I "meh-ed" at the iPod. I have been immune to draw of the iPod, and felt no need to get one. I don't have a vast musical collection, and I ain't that desperate to listen to it most of the time. Music is not the background of my life, and if given the choice, I'd rather sit outside on a quiet spring night, watching the dog eat grass. I hate listening to music through earphones, and I really can't see me owning something that expensive that I will just lose or drop in the toilet. I don't own one, didn't want one, had no intention of buying one. Not the 40 gig, not the 20 gig, not the iPod mini, not any of them. Music is just not that important to me. And the iPod certainly wasn't. Something I didn't particularly need or want.

Until the iPod Shuffle. It was small and cheap. Two things I pride myself on being. A small cheap woman. It's the pod for my lifestyle. My non-music dominated lifestyle. I am the type who can listen to one song over and over again. I am the type who watches the same favorite movie over and over again, for years and years. I am the type who is really hard on electronics I am the type who loses things more often than she finds them.

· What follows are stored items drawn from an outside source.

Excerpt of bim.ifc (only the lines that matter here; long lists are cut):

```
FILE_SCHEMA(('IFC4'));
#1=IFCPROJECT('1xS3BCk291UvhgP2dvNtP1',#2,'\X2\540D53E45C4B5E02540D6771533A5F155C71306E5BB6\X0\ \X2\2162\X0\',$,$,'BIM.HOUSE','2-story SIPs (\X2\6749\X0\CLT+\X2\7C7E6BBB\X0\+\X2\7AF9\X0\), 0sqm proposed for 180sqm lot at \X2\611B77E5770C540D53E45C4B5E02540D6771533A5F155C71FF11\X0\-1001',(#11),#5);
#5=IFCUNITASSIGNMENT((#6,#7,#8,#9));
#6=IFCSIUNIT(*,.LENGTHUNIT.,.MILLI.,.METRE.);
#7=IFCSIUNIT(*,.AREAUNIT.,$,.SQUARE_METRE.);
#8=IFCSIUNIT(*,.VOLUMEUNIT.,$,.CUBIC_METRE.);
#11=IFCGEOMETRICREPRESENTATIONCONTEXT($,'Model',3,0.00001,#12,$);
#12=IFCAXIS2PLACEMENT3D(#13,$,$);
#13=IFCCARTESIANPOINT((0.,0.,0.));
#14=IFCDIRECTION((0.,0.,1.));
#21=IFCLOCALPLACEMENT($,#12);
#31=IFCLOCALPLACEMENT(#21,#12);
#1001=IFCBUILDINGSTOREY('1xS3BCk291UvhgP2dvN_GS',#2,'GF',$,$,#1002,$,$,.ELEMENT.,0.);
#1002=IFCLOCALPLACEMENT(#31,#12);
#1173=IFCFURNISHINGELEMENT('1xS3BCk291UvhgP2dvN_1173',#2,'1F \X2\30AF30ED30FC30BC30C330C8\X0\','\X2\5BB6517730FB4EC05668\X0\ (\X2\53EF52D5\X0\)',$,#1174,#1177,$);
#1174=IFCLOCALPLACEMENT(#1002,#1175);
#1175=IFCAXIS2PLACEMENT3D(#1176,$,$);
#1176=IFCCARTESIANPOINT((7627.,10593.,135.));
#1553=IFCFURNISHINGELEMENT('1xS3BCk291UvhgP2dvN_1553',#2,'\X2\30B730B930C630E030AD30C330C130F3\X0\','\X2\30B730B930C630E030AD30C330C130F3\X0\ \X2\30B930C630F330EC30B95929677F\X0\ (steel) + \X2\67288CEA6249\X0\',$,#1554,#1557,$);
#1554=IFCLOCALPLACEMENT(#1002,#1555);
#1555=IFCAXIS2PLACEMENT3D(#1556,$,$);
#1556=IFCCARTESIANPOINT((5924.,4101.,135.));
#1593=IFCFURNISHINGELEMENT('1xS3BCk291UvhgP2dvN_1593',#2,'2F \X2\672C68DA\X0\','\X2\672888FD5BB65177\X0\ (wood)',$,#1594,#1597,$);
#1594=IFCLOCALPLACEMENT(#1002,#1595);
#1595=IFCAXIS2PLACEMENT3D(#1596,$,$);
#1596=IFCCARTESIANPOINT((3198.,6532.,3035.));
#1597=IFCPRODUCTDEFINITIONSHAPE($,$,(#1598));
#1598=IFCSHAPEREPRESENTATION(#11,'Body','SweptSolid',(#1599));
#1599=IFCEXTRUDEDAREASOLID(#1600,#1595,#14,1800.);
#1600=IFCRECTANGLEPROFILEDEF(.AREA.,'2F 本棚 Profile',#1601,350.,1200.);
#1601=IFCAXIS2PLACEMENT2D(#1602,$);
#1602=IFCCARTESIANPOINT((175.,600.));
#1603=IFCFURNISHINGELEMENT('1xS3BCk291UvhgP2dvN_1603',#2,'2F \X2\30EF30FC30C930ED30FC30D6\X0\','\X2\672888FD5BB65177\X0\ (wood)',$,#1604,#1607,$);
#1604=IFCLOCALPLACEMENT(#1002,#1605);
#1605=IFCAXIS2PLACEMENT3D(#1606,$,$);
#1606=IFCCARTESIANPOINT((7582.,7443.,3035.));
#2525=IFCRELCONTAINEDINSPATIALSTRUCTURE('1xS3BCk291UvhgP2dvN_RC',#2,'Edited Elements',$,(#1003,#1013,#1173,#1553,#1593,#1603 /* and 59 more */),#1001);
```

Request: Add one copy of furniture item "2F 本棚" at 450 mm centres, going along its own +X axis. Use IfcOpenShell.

```python
import ifcopenshell
import ifcopenshell.api.geometry
import ifcopenshell.api.root
import ifcopenshell.util.element
import ifcopenshell.util.placement

model = ifcopenshell.open("bim.ifc")


def reuse_history(source, copy):
    """copy_class also copies each property set's owner history, people and application; keep the originals."""
    for rel in copy.IsDefinedBy:
        if rel.is_a("IfcRelDefinesByProperties") and (history := rel.RelatingPropertyDefinition.OwnerHistory):
            rel.RelatingPropertyDefinition.OwnerHistory = source.OwnerHistory
            ifcopenshell.util.element.remove_deep2(model, history)


source = model.by_guid("1xS3BCk291UvhgP2dvN_1593")
base = ifcopenshell.util.placement.get_local_placement(source.ObjectPlacement)
step = base[:3, 0] * 450.0

for i in range(1, 2):
    copy = ifcopenshell.api.root.copy_class(model, product=source)
    copy.Representation = ifcopenshell.util.element.copy_deep(
        model, source.Representation, exclude=["IfcGeometricRepresentationContext", "IfcRepresentationMap"]
    )
    reuse_history(source, copy)
    matrix = base.copy()
    matrix[:3, 3] += i * step
    print("added at", matrix[:3, 3].round(3) + 0.0)
    ifcopenshell.api.geometry.edit_object_placement(model, product=copy, matrix=matrix, is_si=False)

model.write("bim_v2.ifc")
```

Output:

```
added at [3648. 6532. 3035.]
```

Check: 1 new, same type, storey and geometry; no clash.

I had pooped on the Pod, and its price point. I questioned its usefulness, thinking its more fad and fashion than practical. It was priced too high and doesn't really do enough. And I thought that if I ever did buy one, it would work for about a year before it spontaneously combusted and disintegrated into dust. I was not impressed with it, to say the least, and thought its life-span would be about the same as the Apple Cube, or possibly leg warmers. I was slightly interested in a flash player though, because although I wouldn't listen to music, I could dig listening to audio books. I didn't need something gargantuan, I needed something small, durable and cheap.

But, everybody I knew who was any sort of authority on Apple, said they would never do a cheap flash player-type thing. And I was sad. Cry for me. Even as I sat and watched the iPod phenomenon grow into this giant industry, I resisted. No urges, no dreams, nothing compelling me to be a Pod owner. I laughed at the Pod people and went on my unshackled way. So what. So this thing is big. So what. You are all crazy. Meh.

Until the shuffle.

The shuffle was made for me. It's scary how its design and functionality fits perfectly into my life. It's cheap, I'm cheap; we were made for each other. 512MB for 99 bucks or a gig for $149. Audible should give these out as incentives instead of those crappy Otis players it currently hocks. I have two of those Otis MP3 players: two never-functional players that I can't even ebay. With the shuffle, I fill it with the 40 or so songs I listen to, plus maybe a book and I toddle off. The 12-hour battery charge will outlive the longest stretch of time I can stand to have earbuds shoved in my head. It's small, sleek design fits in my pocket, which incidentally is the only place I can truly keep anything for a goodly amount of time--until it hits the wash, of course--I guess nothing is perfect. The only way this thing could be perfect is if it screamed bloody murder when it got tossed in the dirty laundry by accident. Although I ain't gonna get one of those stupid lanyards. I have enough in my life that makes me look retarded. At this point, I found no reason not to buy it. Except for having no money.

But I did. I did get the money. And now I'm waiting in the Battan Death March of the Backordered souls who bought this thing at MobilePlanet.com.

I don't even want the thing anymore. But I desperately want it to finally come so that I may call this quest over and done with.

Well. I could beat myself in the head with a mallet until unconscious. But that would be too easy. Too easy a way out of the Pod.